He said Landry had instructed him not to present the government with a specific proposal for public financing, but simply to give it a menu of options reflecting the range of ways that state governments south of the border have managed to put together public financing without upsetting taxpayers. After meeting with Landry, Brochu had two meetings with Bouchard. At a press conference last week, Brochu said Bouchard told him at the first of those meetings, last summer, that Quebec probably can't afford to help the Expos. At the second meeting, last fall, Brochu said, Bouchard told him to go away and come back with a revised "business plan."

Sources close to those two meetings say what really upset Bouchard about Brochu's proposal was that it contained no provision for the Expos ownership consortium, from Brochu on down, to put any of its own money into the stadium construction.

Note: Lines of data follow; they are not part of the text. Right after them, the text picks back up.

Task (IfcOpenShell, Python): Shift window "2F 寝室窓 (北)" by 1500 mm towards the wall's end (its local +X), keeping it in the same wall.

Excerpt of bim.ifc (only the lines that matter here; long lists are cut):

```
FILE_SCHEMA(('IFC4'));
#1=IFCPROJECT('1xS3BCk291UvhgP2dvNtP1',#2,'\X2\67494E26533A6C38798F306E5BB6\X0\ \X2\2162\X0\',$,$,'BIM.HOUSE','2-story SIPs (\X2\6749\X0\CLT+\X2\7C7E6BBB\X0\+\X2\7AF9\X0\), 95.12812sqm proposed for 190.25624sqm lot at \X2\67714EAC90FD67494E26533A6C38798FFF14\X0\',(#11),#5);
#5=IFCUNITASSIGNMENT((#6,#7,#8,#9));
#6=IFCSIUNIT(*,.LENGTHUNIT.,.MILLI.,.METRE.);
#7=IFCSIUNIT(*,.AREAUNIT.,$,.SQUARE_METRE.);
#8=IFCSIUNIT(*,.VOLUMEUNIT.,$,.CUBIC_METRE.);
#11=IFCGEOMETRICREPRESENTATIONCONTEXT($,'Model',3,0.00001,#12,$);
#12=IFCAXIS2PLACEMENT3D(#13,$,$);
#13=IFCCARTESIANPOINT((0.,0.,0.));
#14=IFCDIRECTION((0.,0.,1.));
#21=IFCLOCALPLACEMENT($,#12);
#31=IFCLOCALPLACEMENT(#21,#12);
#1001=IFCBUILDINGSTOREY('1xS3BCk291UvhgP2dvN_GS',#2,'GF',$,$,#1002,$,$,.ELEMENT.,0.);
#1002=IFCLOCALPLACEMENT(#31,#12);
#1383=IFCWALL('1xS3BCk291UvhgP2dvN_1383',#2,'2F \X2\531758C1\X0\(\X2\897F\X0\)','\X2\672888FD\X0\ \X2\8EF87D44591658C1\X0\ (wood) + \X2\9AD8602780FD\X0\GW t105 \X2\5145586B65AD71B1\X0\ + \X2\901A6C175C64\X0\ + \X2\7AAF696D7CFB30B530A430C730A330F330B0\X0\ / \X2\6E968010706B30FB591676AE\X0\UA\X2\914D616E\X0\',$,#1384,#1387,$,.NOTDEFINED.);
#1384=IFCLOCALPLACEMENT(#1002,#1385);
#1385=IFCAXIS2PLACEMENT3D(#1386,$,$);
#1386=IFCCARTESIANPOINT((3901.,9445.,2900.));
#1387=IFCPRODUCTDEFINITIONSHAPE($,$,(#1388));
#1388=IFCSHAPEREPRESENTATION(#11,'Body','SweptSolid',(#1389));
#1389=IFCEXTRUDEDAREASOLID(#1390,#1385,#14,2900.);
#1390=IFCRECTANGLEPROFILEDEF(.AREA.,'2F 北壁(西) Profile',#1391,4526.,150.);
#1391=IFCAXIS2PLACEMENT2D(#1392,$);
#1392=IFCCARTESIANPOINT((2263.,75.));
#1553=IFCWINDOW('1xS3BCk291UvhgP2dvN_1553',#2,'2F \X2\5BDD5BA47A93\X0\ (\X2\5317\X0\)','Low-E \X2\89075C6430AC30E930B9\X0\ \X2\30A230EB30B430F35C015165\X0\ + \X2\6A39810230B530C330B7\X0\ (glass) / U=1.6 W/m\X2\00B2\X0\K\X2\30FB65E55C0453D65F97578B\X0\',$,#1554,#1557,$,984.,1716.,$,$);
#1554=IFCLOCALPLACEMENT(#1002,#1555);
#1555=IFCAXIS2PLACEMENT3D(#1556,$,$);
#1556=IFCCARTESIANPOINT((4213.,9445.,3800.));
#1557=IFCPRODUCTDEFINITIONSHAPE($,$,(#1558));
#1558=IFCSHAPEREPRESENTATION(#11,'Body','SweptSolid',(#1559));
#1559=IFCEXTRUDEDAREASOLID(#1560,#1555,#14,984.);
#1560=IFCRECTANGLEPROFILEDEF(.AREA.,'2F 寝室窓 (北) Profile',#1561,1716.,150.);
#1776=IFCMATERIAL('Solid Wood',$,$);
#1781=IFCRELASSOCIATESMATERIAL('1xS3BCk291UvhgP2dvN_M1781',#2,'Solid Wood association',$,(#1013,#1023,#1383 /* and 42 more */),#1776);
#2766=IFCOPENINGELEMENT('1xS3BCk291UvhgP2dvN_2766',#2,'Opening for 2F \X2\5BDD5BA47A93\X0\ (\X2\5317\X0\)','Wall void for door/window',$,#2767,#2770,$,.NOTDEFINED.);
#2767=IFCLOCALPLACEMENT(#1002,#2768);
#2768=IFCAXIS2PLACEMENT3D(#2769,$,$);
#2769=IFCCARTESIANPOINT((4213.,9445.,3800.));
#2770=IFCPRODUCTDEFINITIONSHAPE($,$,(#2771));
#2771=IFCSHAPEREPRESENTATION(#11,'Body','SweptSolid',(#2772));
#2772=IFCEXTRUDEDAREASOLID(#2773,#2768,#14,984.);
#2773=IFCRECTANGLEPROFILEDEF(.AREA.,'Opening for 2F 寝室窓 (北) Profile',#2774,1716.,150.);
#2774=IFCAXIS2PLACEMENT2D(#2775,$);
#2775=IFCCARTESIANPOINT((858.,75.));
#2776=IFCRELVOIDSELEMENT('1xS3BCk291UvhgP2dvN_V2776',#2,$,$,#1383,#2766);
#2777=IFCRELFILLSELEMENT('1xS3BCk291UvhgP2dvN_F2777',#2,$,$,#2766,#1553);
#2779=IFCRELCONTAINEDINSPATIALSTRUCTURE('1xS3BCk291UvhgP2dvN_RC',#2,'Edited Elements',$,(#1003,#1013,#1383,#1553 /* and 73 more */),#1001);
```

```python
import ifcopenshell
import ifcopenshell.api.geometry
import ifcopenshell.util.placement
import ifcopenshell.util.unit

model = ifcopenshell.open("bim.ifc")
unit_scale = ifcopenshell.util.unit.calculate_unit_scale(model)

window = model.by_id(1553)
opening = window.FillsVoids[0].RelatingOpeningElement
wall = opening.VoidsElements[0].RelatingBuildingElement

wall_matrix = ifcopenshell.util.placement.get_local_placement(wall.ObjectPlacement)
shift = wall_matrix[:3, 0] * 1.5 / unit_scale
before = ifcopenshell.util.placement.get_local_placement(window.ObjectPlacement)[:3, 3].copy()

# The window is not placed relative to its opening, so move both.
for product in (opening, window):
    matrix = ifcopenshell.util.placement.get_local_placement(product.ObjectPlacement)
    matrix[:3, 3] += shift
    ifcopenshell.api.geometry.edit_object_placement(model, product=product, matrix=matrix, is_si=False)

after = ifcopenshell.util.placement.get_local_placement(window.ObjectPlacement)[:3, 3]
print("window moved by", (after - before).round(3) + 0.0)

model.write("bim_v2.ifc")
```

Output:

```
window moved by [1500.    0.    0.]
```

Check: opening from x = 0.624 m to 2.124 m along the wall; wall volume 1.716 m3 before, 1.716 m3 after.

Bouchard was left with the impression that the project "makes no sense," as he put it again last week following a PQ caucus in the Laurentians, if the owners don't believe in it enough themselves to be part of a financing partnership.

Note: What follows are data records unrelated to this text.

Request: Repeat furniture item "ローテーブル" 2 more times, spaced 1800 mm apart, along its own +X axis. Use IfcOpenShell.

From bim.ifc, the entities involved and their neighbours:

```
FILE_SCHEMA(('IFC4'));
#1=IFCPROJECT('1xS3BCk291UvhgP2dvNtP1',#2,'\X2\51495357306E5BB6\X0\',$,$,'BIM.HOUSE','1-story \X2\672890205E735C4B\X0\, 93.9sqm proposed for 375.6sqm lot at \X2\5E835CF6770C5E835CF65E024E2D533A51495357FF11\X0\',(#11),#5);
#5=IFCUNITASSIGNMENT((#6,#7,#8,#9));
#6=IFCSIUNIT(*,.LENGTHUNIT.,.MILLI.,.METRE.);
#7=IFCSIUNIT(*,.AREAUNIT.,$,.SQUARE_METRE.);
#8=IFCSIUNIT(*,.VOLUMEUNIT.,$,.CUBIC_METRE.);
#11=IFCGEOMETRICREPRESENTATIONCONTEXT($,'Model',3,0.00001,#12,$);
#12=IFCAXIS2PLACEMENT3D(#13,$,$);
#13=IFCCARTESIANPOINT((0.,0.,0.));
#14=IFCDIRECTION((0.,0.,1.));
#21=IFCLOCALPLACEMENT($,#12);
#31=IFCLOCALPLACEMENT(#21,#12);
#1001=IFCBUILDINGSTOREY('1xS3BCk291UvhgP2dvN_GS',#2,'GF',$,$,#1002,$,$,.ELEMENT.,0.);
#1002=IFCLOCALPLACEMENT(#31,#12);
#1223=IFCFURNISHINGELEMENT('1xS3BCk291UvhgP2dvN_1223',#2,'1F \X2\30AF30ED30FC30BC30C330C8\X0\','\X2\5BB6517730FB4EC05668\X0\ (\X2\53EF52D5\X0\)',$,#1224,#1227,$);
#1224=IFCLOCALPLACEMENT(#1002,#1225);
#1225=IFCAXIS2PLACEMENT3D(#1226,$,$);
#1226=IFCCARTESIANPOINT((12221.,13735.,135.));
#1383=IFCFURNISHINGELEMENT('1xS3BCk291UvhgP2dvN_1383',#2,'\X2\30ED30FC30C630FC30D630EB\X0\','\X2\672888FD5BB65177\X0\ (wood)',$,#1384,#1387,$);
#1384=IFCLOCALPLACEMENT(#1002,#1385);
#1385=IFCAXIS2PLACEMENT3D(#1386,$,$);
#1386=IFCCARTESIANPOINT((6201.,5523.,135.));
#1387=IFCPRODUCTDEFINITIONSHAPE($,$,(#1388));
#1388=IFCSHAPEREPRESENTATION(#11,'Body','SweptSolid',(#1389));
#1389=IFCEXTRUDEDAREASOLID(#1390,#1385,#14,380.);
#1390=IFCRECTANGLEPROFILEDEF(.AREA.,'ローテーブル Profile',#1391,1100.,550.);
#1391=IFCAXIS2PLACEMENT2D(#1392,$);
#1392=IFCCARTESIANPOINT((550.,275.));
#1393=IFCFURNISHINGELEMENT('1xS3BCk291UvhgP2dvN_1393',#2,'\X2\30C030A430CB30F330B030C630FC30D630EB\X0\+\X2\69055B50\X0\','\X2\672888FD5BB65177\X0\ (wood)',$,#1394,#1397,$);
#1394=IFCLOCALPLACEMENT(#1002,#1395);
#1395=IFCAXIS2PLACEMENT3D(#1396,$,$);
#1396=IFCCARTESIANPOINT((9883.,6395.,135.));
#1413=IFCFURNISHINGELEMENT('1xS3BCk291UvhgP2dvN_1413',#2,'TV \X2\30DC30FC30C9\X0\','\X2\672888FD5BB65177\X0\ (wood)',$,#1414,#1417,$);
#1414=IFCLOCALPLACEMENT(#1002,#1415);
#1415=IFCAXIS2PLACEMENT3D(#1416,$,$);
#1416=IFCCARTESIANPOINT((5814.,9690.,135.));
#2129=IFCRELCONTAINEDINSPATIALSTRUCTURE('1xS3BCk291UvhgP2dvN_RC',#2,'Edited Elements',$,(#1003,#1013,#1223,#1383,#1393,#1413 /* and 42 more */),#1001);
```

```python
import ifcopenshell
import ifcopenshell.api.geometry
import ifcopenshell.api.root
import ifcopenshell.util.element
import ifcopenshell.util.placement

model = ifcopenshell.open("bim.ifc")


def reuse_history(source, copy):
    """copy_class also copies each property set's owner history, people and application; keep the originals."""
    for rel in copy.IsDefinedBy:
        if rel.is_a("IfcRelDefinesByProperties") and (history := rel.RelatingPropertyDefinition.OwnerHistory):
            rel.RelatingPropertyDefinition.OwnerHistory = source.OwnerHistory
            ifcopenshell.util.element.remove_deep2(model, history)


source = model.by_guid("1xS3BCk291UvhgP2dvN_1383")
base = ifcopenshell.util.placement.get_local_placement(source.ObjectPlacement)
step = base[:3, 0] * 1800.0

for i in range(1, 3):
    copy = ifcopenshell.api.root.copy_class(model, product=source)
    copy.Representation = ifcopenshell.util.element.copy_deep(
        model, source.Representation, exclude=["IfcGeometricRepresentationContext", "IfcRepresentationMap"]
    )
    reuse_history(source, copy)
    matrix = base.copy()
    matrix[:3, 3] += i * step
    print("added at", matrix[:3, 3].round(3) + 0.0)
    ifcopenshell.api.geometry.edit_object_placement(model, product=copy, matrix=matrix, is_si=False)

model.write("bim-out.ifc")
```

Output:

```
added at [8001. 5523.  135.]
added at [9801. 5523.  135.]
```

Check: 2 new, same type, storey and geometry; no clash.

That's why it's important for Menard to be able to show Bouchard, at their meeting this month, that any new ownership consortium that ousts Brochu is prepared to make some sort of financial contribution to a new stadium.

Menard refused to comment yesterday, but said at a Montreal press conference Feb. 18 that he has investors willing to step forward with $125 million Canadian. But after buying out Brochu ($15 million), wiping out accumulated operating losses (said to be $70 million, but the club's books are confidential) and bridging anticipated operating losses before moving into a new stadium in 2002 ($40 million?), there might not be any money left for the stadium. There is still, however, something a new ownership consortium could do to do to win favour with the Bouchard government: it could pledge a backstop guarantee on stadium debt servicing. It could pledge that in the years where revenues from tourist taxes and players' income taxes fall short of debt-servicing requirements, they'll make up the difference. That's more or less the same commitment the Florida Panthers ownership made in return for government approval of tourism-tax arena financing.

If the owners who want to buy out Brochu aren't prepared to do that, then the Expos are probably toast. But if the owners are willing, then the government is going to have to ask itself whether it wants to help build a new ball park on a new basis: faisons payer les etrangers.